An important part of the curriculum design process is thinking about the resources needed to deliver our curriculum, including the resource of time itself. There is no point developing a curriculum that requires an hour a week of input if our timetable will only allow for 45 minutes, and equally
there is no point creating content which requires specific resources to deliver it unless we know there is budget to purchase these. As we start to think about the content of our curriculum, we need to be realistic about the amount of time and cost of resources needed to deliver it effectively. Again, perhaps we will need to start with a ‘plan A’ while we fundraise so that we can implement our dream curriculum in the future.
The place of commercial schemes of work
You might be thinking, based on everything you’ve just read, that a commercial curriculum scheme of work must therefore be a ‘bad’ thing? Fortunately that is not necessarily the case, although like any resource it is of course possible to use a commercial scheme of work badly!

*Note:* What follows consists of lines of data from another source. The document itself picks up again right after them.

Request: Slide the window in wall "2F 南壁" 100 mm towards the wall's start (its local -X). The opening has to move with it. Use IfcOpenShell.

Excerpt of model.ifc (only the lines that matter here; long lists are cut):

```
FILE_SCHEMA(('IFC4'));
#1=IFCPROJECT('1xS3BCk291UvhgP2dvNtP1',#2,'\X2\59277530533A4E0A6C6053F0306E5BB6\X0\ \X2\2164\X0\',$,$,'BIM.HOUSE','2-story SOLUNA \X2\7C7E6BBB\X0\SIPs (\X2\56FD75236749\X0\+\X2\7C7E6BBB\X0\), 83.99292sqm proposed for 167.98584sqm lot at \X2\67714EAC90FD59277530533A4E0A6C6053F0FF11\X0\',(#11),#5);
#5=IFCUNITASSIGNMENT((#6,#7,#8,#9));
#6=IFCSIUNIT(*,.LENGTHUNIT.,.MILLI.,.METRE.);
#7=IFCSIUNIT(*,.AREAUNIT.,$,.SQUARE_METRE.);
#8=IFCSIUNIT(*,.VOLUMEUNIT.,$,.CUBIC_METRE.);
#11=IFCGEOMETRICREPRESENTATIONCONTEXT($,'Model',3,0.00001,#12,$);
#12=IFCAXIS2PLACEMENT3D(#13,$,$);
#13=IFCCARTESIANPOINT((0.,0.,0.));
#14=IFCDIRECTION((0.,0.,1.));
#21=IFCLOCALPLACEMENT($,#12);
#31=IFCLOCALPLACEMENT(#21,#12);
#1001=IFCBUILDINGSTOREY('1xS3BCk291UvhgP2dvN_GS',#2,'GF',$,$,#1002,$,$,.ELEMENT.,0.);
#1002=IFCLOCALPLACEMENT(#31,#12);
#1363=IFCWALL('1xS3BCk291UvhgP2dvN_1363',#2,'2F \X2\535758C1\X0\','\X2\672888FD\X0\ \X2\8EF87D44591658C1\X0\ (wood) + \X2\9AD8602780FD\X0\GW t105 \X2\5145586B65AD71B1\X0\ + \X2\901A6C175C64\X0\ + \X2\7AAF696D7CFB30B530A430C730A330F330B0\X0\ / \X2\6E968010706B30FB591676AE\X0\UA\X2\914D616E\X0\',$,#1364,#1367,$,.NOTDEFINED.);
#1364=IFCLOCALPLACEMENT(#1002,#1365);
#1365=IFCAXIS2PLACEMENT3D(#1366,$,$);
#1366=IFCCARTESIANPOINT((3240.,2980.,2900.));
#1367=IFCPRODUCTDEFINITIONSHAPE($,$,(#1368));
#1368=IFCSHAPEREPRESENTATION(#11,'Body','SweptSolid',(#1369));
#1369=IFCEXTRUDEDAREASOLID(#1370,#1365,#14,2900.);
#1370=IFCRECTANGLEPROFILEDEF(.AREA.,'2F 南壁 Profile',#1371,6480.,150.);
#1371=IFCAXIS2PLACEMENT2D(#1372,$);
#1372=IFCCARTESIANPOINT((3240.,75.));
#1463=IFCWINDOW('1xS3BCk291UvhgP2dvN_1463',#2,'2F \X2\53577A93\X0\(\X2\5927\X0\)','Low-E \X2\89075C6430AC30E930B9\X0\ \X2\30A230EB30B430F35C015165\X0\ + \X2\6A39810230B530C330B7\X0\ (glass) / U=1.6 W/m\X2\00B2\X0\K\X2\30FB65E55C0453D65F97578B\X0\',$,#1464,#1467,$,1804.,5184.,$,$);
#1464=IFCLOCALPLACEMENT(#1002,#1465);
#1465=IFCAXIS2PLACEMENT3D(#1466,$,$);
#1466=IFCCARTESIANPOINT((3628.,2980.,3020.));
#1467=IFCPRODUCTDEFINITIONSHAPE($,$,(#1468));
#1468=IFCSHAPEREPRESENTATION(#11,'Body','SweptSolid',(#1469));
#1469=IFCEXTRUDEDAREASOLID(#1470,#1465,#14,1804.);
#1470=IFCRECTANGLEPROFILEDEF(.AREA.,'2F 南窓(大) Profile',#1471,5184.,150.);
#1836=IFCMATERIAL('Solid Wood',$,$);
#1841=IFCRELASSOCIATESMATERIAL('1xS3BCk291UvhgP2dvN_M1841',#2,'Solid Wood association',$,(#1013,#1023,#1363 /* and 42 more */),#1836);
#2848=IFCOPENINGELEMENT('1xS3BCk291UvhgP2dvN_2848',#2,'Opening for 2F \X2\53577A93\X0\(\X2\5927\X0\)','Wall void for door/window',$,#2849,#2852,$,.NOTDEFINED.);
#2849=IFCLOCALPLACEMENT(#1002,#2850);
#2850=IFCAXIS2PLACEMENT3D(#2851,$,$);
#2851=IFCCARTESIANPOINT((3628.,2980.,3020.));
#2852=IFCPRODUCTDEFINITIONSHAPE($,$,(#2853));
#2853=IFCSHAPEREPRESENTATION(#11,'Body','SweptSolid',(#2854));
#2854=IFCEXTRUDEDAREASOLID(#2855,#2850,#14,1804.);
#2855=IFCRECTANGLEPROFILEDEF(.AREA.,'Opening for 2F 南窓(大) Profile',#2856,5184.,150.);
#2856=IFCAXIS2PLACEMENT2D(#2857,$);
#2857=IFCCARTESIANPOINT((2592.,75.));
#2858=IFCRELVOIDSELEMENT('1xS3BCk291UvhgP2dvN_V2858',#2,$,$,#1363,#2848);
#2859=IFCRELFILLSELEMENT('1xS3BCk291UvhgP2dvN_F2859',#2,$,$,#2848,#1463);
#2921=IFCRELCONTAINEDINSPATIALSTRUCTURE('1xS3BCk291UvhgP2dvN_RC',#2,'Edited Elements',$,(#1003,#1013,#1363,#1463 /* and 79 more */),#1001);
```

```python
import ifcopenshell
import ifcopenshell.api.geometry
import ifcopenshell.util.placement
import ifcopenshell.util.unit

model = ifcopenshell.open("model.ifc")
unit_scale = ifcopenshell.util.unit.calculate_unit_scale(model)

window = model.by_guid("1xS3BCk291UvhgP2dvN_1463")
opening = window.FillsVoids[0].RelatingOpeningElement
wall = opening.VoidsElements[0].RelatingBuildingElement

wall_matrix = ifcopenshell.util.placement.get_local_placement(wall.ObjectPlacement)
shift = wall_matrix[:3, 0] * -0.1 / unit_scale
before = ifcopenshell.util.placement.get_local_placement(window.ObjectPlacement)[:3, 3].copy()

# The window is not placed relative to its opening, so move both.
for product in (opening, window):
    matrix = ifcopenshell.util.placement.get_local_placement(product.ObjectPlacement)
    matrix[:3, 3] += shift
    ifcopenshell.api.geometry.edit_object_placement(model, product=product, matrix=matrix, is_si=False)

after = ifcopenshell.util.placement.get_local_placement(window.ObjectPlacement)[:3, 3]
print("window moved by", (after - before).round(3) + 0.0)

model.write("model_v2.ifc")
```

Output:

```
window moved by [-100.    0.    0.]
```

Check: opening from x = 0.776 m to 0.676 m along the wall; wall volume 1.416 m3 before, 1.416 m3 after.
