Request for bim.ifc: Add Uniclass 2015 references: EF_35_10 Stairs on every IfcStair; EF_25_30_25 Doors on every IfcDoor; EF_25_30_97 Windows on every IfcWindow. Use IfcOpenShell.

First a look at what the model holds.

```python
import ifcopenshell

model = ifcopenshell.open("bim.ifc")
print(model.schema)
print("classifications:", [c.Name for c in model.by_type("IfcClassification")])
for ifc_class in ("IfcDoor", "IfcRoof", "IfcStair", "IfcWall", "IfcWindow"):
    print(ifc_class, len(model.by_type(ifc_class)))
```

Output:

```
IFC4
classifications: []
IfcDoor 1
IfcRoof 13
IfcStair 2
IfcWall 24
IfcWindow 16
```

```python
import ifcopenshell
import ifcopenshell.api.classification

model = ifcopenshell.open("bim.ifc")

system = ifcopenshell.api.classification.add_classification(model, classification="Uniclass 2015")

codes = {
    "IfcStair": ("EF_35_10", "Stairs"),
    "IfcDoor": ("EF_25_30_25", "Doors"),
    "IfcWindow": ("EF_25_30_97", "Windows"),
}
for ifc_class, (code, name) in codes.items():
    products = model.by_type(ifc_class)
    ifcopenshell.api.classification.add_reference(
        model, products=products, classification=system, identification=code, name=name
    )
    print(code, len(products))

model.write("bim-out.ifc")
```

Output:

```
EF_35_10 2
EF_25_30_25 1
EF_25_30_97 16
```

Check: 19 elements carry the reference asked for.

With music being one of the subjects that teachers are often least confident about, a bought-in scheme of work can be a great starting place until you gain confidence to implement your own ideas that are personalised to your school community. The mainstream, market-leading schemes of work such as Charanga, Kapow, and Music Express, come with curriculum documentation which will help you understand how and why the lessons have been designed in that particular way, and provide a costeffective ‘one stop shop’ for teaching resources, to which you just need to add a basic collection of classroom instruments.
Over time as you gain confidence, you will start the process of questioning these schemes of work, and finding areas where you think it would be better to do things differently. This is the point at which you can take control of the curriculum, going back through the process outlined in this article, and seeing how all your existing resources might fit into your own bespoke curriculum. This may result in you continuing to use the scheme if it is meeting the purpose of your curriculum, or mixing and matching it with different resources, or moving entirely to your own scheme which you create and resource yourself.
Curriculum Design is a continuous process
It is important to remember that the process of curriculum design is a continuous cycle that can’t be completed in one go - or ever! Even when you think you’ve finally implemented your curriculum of dreams, something simple like a change in staffing, or a key resource breaking without the budget for it to be replaced, can knock you back a few steps. You might find a different cohort of children respond completely unexpectedly to your curriculum, and you will almost definitely find that aspects of it become quickly out of date. (I guarantee that sea shanties will no longer be ‘cool’ this time next year!)
As Finney stated in 2017 ‘The music curriculum can be defined as a dynamic set of musical processes and practices framed within historical and contemporary cultural discourse and dialogue that comprise the material encounters of pupils and teachers.’ It is not a list of repertoire or a set of instructions but a flexible entity with, perhaps, a life of its own!